We argue about the past, but that's what it is the past. I have a new question how do we deal with the future. I don't think any of us have enough information to know what to do. We can't just up and pull out. The worst part of that is the rest of the world would see that after we get innocent Iraqis to stick their neck out for their country we pull out and let them die. I don't think we need to be there forever like in Japan and Germany. 
We do hear that the new increased offensive his having some good results. I think coming up with a time schedule for withdrawal will have mixed results. I understand the viewpoint that it will put pressure on Iraq to prepare to stand on their own. Unfortunately it will also give the terrorists hope. This telegraphed to the world including the terrorists is a two sided sword. 
It is hard for all of us not to think like conservatives or liberals, but somehow we need to look at this as Americans. That can only happen if we are honest with each other. Look at the debate about Nancy. There should be no debate, our constitution spells out her role, and she is going far beyond it. The entire nations should be upset, but liberals are not. Bush is screwing up on border security, and Nancy is screwing up being in the middle east. If conservatives and liberals on here can't admit that to themselves what chance does Washington have? If this is true America has seen it's best years.


----------



## KEN W (Feb 22, 2002)

Before I critize what she did.....I would like to see what law she broke.....what are the laws about congressional junkets.What can they legally do or not do?

And if she broke a law.....why aren't the republicans trying to get her indicted?


----------



## FlashBoomSplash (Aug 26, 2005)

If you look back in history this country sarted a down trend in the 60's with the hippy (AKA Liberals) movement.

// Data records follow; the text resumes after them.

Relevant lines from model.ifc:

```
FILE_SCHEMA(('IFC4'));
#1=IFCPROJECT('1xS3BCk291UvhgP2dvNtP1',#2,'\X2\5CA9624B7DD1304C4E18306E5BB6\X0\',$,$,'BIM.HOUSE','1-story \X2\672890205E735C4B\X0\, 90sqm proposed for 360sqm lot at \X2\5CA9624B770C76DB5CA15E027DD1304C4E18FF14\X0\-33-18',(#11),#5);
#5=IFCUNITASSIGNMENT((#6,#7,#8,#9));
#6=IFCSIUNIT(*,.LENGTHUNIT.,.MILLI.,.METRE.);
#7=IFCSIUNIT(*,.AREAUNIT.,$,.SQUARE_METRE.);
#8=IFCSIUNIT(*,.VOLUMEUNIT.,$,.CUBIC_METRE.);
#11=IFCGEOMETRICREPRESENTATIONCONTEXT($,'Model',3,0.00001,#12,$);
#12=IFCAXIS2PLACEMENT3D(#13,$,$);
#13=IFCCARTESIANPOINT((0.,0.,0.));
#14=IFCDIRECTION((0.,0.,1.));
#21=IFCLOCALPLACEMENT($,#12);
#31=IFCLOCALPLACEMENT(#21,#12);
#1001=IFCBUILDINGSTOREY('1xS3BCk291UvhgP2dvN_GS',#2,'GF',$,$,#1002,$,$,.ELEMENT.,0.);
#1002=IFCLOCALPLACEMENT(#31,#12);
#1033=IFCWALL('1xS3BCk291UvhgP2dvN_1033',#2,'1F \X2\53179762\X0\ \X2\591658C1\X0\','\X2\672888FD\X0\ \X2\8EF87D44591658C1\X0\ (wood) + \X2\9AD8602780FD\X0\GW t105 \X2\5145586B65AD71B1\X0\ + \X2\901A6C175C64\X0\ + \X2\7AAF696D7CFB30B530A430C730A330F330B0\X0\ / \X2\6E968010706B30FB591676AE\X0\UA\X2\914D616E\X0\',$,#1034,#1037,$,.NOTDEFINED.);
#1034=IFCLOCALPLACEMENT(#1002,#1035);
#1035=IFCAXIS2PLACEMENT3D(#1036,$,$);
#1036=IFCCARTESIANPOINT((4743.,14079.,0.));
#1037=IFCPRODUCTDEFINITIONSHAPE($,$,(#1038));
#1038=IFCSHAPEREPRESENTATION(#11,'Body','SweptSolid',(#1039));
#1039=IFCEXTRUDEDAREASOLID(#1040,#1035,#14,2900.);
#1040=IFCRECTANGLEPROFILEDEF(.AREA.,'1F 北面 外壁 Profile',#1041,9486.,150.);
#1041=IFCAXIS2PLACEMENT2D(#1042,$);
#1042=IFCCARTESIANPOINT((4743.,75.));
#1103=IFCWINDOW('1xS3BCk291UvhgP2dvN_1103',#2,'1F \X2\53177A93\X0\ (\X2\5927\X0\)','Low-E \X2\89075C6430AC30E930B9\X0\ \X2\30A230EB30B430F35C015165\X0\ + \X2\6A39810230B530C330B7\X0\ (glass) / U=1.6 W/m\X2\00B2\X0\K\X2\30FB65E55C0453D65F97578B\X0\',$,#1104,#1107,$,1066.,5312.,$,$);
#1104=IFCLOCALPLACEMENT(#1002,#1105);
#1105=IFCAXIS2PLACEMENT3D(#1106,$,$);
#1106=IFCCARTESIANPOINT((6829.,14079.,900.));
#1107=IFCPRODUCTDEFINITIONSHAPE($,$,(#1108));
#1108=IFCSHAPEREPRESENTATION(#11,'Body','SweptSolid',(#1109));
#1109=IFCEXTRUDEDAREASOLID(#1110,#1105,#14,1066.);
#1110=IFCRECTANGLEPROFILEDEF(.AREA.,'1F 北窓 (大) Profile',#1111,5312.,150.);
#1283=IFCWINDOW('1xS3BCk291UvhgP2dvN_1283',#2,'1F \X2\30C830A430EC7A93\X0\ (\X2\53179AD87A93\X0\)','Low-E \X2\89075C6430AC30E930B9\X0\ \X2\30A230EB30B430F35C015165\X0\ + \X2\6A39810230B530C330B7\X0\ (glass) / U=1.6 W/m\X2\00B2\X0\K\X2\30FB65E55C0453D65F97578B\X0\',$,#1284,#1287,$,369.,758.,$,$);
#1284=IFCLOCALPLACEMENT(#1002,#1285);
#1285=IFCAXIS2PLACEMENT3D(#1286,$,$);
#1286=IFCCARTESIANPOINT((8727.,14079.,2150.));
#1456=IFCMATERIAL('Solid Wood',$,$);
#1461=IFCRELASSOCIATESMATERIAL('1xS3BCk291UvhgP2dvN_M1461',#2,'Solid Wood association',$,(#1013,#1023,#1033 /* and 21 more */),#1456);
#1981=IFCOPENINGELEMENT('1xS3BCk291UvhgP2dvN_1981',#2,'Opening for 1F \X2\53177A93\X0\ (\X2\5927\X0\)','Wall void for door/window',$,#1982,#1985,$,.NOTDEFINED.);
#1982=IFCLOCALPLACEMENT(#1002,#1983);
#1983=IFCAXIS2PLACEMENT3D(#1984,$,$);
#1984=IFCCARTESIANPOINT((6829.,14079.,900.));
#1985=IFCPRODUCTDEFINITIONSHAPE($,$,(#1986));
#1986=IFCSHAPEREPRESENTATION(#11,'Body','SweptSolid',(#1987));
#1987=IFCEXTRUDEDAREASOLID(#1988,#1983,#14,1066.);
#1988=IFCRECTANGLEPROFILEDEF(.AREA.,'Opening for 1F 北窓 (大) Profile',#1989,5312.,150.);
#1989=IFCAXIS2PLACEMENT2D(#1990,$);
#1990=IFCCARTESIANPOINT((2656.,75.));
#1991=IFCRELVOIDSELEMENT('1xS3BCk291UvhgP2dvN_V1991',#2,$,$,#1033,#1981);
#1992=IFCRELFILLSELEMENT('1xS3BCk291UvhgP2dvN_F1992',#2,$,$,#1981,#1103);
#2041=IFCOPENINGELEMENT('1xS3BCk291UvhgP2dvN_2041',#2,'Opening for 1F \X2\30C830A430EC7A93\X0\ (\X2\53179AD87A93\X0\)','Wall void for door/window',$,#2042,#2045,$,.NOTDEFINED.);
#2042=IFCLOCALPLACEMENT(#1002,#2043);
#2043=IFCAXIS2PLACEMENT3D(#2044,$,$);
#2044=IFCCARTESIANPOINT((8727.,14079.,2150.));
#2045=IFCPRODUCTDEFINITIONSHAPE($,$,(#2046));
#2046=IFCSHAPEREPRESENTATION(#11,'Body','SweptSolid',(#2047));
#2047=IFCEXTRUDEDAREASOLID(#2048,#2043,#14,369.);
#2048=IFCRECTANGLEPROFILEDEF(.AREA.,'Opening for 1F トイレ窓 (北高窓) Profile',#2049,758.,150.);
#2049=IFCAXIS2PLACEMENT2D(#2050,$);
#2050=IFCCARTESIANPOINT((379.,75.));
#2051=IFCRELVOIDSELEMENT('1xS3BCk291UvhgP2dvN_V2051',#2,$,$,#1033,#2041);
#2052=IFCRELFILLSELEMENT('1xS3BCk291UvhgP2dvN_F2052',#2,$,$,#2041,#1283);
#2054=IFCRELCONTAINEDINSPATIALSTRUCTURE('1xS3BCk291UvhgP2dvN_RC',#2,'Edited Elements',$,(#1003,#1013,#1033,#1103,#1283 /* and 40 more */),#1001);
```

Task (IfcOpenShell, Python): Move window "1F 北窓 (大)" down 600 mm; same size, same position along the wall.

```python
import numpy as np
import ifcopenshell
import ifcopenshell.api.geometry
import ifcopenshell.util.placement
import ifcopenshell.util.unit

model = ifcopenshell.open("model.ifc")
unit_scale = ifcopenshell.util.unit.calculate_unit_scale(model)

window = model.by_guid("1xS3BCk291UvhgP2dvN_1103")
opening = window.FillsVoids[0].RelatingOpeningElement
dz = -0.6 / unit_scale

shift = np.array([0.0, 0.0, dz])
# The window is not placed relative to its opening, so move both.
for product in (opening, window):
    matrix = ifcopenshell.util.placement.get_local_placement(product.ObjectPlacement)
    matrix[:3, 3] += shift
    ifcopenshell.api.geometry.edit_object_placement(model, product=product, matrix=matrix, is_si=False)

print(f"moved by {dz * unit_scale:+.3f} m")

model.write("model_updated.ifc")
```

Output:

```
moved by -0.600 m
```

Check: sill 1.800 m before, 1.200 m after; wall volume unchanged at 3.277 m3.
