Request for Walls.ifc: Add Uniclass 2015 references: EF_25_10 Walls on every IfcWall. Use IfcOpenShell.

First a look at what the model holds.

```python
import ifcopenshell

model = ifcopenshell.open("Walls.ifc")
print(model.schema)
print("classifications:", [c.Name for c in model.by_type("IfcClassification")])
for ifc_class in ("IfcDoor", "IfcRoof", "IfcStair", "IfcWall", "IfcWindow"):
    print(ifc_class, len(model.by_type(ifc_class)))
```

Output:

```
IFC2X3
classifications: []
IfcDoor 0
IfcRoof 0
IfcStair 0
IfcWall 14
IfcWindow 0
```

```python
import ifcopenshell
import ifcopenshell.api.classification

model = ifcopenshell.open("Walls.ifc")

# IFC2X3 requires Source and Edition and has no link from the project to the system.
system = model.create_entity("IfcClassification", Source="NBS", Edition="2015", Name="Uniclass 2015")

codes = {
    "IfcWall": ("EF_25_10", "Walls"),
}
for ifc_class, (code, name) in codes.items():
    products = model.by_type(ifc_class)
    ifcopenshell.api.classification.add_reference(
        model, products=products, classification=system, identification=code, name=name
    )
    print(code, len(products))

model.write("Walls-out.ifc")
```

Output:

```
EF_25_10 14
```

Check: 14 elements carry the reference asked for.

Some of the older democrats were good leaders for this country it sad to see a good party crumble because of liberals. Read some stories from WW2, people were proud to be Americans. Hitler Saddam they are the same person. Saddam learned all of his tactics from studying hitler. So why is this war any different. Maybe we didnt find WMDS but whos to say they are not in Iran right now we gave him plenty of time to move them out.

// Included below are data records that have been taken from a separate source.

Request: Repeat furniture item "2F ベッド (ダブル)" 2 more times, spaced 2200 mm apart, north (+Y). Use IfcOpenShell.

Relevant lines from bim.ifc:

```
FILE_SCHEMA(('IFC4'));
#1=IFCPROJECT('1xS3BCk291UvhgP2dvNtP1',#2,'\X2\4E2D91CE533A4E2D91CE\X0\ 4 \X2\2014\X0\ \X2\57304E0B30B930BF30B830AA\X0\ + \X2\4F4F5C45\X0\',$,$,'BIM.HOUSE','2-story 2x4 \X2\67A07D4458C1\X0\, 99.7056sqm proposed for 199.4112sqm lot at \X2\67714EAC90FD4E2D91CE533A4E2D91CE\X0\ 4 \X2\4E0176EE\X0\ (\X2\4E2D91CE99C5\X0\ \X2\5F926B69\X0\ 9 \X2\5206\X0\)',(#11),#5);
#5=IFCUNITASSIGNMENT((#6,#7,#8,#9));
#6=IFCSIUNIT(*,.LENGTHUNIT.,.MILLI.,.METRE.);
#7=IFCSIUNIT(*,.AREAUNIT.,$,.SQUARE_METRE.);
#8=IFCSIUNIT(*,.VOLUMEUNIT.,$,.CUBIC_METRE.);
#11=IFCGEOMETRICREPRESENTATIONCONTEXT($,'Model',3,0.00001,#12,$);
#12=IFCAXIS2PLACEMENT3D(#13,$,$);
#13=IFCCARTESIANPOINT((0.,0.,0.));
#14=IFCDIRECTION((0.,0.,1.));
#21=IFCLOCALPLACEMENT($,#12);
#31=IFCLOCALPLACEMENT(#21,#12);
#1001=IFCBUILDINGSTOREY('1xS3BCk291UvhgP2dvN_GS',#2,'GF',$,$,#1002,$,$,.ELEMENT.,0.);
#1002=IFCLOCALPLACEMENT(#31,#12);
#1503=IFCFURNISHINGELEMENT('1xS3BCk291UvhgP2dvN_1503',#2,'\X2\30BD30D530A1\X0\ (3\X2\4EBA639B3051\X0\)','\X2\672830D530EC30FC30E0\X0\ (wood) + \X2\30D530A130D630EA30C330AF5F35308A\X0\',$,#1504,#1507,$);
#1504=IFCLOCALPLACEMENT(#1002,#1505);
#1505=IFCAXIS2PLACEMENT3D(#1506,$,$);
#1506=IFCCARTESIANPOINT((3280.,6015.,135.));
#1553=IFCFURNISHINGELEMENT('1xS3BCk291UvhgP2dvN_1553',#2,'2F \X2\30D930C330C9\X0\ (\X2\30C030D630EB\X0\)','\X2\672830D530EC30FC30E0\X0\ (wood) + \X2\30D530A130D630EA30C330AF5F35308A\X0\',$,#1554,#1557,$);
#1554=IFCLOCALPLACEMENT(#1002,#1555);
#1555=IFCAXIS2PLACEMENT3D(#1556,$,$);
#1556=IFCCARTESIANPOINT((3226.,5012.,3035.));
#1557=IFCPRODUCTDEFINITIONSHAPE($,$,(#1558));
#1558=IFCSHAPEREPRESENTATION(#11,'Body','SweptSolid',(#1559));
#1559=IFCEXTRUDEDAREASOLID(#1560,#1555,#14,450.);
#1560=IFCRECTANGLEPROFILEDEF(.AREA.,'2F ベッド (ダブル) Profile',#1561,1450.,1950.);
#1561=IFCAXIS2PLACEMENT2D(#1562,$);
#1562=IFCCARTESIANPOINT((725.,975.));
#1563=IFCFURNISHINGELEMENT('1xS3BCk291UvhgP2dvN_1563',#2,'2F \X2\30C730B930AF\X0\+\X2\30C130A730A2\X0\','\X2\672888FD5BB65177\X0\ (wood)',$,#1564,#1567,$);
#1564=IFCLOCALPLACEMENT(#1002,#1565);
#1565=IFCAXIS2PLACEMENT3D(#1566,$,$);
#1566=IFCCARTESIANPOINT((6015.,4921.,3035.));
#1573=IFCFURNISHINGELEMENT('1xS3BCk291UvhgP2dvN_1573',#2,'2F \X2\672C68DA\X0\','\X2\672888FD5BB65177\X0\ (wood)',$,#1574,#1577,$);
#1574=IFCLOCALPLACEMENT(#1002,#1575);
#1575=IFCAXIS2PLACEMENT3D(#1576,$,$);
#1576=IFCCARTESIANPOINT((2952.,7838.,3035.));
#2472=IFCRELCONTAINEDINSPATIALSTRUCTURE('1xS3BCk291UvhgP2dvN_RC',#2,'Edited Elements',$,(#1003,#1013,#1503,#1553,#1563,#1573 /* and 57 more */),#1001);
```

```python
import numpy as np
import ifcopenshell
import ifcopenshell.api.geometry
import ifcopenshell.api.root
import ifcopenshell.util.element
import ifcopenshell.util.placement
import ifcopenshell.util.unit

model = ifcopenshell.open("bim.ifc")
unit_scale = ifcopenshell.util.unit.calculate_unit_scale(model)


def reuse_history(source, copy):
    """copy_class also copies each property set's owner history, people and application; keep the originals."""
    for rel in copy.IsDefinedBy:
        if rel.is_a("IfcRelDefinesByProperties") and (history := rel.RelatingPropertyDefinition.OwnerHistory):
            rel.RelatingPropertyDefinition.OwnerHistory = source.OwnerHistory
            ifcopenshell.util.element.remove_deep2(model, history)


source = model.by_guid("1xS3BCk291UvhgP2dvN_1553")
base = ifcopenshell.util.placement.get_local_placement(source.ObjectPlacement)
step = np.array([0.0, 1.0, 0.0]) * 2.2 / unit_scale

for i in range(1, 3):
    copy = ifcopenshell.api.root.copy_class(model, product=source)
    copy.Representation = ifcopenshell.util.element.copy_deep(
        model, source.Representation, exclude=["IfcGeometricRepresentationContext", "IfcRepresentationMap"]
    )
    reuse_history(source, copy)
    matrix = base.copy()
    matrix[:3, 3] += i * step
    print("added at", matrix[:3, 3].round(3) + 0.0)
    ifcopenshell.api.geometry.edit_object_placement(model, product=copy, matrix=matrix, is_si=False)

model.write("bim_updated.ifc")
```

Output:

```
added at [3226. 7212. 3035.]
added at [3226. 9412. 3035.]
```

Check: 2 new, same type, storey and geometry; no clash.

And I agree with plainsman I support our president but his border patrol policies are crazy. We should have those suckers locked down.


----------



## Plainsman (Jul 30, 2003)

KEN W said:


> Before I critize what she did.....I would like to see what law she broke.....what are the laws about congressional junkets.What can they legally do or not do?
> 
> And if she broke a law.....why aren't the republicans trying to get her indicted?


Good question. I think republicans are often guilty of the same thing, just not to the extent Nancy is currently doing it. I think they have gone to other countries, but I don't think they have gone to enemy nations and tried to influence our foreign policy, or speak for our nation unless with executive permission.

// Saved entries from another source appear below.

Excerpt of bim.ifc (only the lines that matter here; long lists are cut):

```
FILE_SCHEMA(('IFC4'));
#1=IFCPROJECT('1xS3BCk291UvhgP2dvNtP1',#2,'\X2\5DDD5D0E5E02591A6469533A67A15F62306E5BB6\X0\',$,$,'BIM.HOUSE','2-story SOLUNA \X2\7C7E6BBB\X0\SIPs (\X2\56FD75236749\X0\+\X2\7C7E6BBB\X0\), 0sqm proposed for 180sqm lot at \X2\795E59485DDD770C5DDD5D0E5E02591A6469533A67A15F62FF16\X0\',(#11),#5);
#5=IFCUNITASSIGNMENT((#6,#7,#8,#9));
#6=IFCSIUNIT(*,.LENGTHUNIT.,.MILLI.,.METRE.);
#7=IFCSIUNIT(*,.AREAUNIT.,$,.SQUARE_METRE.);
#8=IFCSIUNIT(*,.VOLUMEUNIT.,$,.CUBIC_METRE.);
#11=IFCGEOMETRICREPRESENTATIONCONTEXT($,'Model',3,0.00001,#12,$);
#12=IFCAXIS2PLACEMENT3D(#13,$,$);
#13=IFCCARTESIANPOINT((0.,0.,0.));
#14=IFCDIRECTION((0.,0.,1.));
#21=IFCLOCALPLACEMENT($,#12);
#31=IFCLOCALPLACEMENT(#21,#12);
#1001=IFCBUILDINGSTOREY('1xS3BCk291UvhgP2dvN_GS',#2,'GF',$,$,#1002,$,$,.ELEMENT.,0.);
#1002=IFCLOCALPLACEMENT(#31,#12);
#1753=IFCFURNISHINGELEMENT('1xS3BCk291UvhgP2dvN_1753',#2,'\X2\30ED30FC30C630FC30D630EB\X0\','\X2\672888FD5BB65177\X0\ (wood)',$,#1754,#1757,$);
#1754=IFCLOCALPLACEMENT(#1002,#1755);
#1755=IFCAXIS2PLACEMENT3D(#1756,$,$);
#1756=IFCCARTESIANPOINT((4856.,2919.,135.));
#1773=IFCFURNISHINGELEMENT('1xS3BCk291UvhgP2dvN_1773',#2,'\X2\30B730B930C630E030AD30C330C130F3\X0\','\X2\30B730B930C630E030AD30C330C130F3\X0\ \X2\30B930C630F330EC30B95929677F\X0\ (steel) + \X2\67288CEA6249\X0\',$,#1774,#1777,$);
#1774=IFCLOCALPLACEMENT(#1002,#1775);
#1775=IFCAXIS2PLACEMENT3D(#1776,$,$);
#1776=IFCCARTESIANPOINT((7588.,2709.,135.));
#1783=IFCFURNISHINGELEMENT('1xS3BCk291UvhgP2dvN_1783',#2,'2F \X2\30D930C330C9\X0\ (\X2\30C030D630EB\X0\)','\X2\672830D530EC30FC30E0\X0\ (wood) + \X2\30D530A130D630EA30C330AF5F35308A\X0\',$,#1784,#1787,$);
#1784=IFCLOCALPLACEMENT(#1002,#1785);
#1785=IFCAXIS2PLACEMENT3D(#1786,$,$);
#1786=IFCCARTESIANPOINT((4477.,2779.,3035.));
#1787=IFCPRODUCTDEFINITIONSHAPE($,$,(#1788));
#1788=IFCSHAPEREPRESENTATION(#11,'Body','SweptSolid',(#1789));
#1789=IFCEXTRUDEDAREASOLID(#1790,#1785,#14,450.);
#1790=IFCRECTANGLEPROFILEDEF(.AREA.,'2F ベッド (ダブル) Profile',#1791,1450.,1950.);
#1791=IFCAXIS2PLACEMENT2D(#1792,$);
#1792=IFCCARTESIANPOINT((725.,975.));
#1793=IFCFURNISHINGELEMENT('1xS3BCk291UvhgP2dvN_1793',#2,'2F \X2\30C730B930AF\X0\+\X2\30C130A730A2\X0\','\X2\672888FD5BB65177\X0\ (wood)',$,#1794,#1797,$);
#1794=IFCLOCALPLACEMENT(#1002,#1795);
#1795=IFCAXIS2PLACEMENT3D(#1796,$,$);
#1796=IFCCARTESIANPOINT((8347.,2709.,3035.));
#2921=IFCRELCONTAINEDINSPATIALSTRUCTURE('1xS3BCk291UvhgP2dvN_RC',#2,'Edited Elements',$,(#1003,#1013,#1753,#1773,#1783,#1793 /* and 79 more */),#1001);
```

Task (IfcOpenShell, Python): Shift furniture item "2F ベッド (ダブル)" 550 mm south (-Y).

```python
import ifcopenshell
import ifcopenshell.api.geometry
import ifcopenshell.util.placement
import ifcopenshell.util.unit

model = ifcopenshell.open("bim.ifc")
unit_scale = ifcopenshell.util.unit.calculate_unit_scale(model)

item = model.by_guid("1xS3BCk291UvhgP2dvN_1783")
matrix = ifcopenshell.util.placement.get_local_placement(item.ObjectPlacement)
matrix[1, 3] -= 0.55 / unit_scale
ifcopenshell.api.geometry.edit_object_placement(model, product=item, matrix=matrix, is_si=False)

print(ifcopenshell.util.placement.get_local_placement(item.ObjectPlacement).round(3) + 0.0)

model.write("bim_updated.ifc")
```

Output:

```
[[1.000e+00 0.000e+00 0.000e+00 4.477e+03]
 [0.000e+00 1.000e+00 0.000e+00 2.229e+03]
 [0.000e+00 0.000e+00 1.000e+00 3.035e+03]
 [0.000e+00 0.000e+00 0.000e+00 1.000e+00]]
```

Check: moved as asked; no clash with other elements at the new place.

I am not familiar with what law this would be. I do know that the constitutional separation of powers is not being followed. How that interprets into law I do not know.

I think foreign policy is much like raising children. Mom and dad might not agree, but never let the kids see that. Those little suckers know exactly how to manipulate that situation and so do countries like Syria and Iran. It's just basic knowledge of human behavior.


----------



## huntin1 (Nov 14, 2003)

The Logan Act.

I posted it back on page 1.

huntin1


----------



## Plainsman (Jul 30, 2003)

That's right you did, thanks for the reminder.


----------



## huntin1 (Nov 14, 2003)

I'm not sure if the Logan Act fits or not. I've been watching a few other forums and it has been speculated that this would apply, however, I am not a lawyer so I'm not entirely sure.

Either way she defied the President, from what I have read on CNN and MSNBC she took it upon herself to engage the Syrian President in diplomatic talks even though President Bush told her not to.

huntin1


----------



## Plainsman (Jul 30, 2003)

I understand that you fellows that are slightly left want to protect Nancy. However, let me point out that doing the wrong thing for the right reason is still doing the wrong thing. 
It's a shame that at times we all fall into the mental mode of us against them. The odd thing is we all want the same thing, but see different roads to the same objective. That is the reason I often refer to things as conservative and liberal rather than democrat or republican. It's kind of humorous in a way, I'll bet if I asked everyone to rate themselves from 1 to 10 with 1 being liberal and ten being conservative most people would say they are a five. How many of us can be honest with ourselves. Tough thing to do. I guess I would put myself at a 6.5 to 7. I have a lot of environmental points of view. I would think environmental protection and firearms rights would be the two most important things to sportsmen and women. My two big concernes are slightly politically polar arn't they?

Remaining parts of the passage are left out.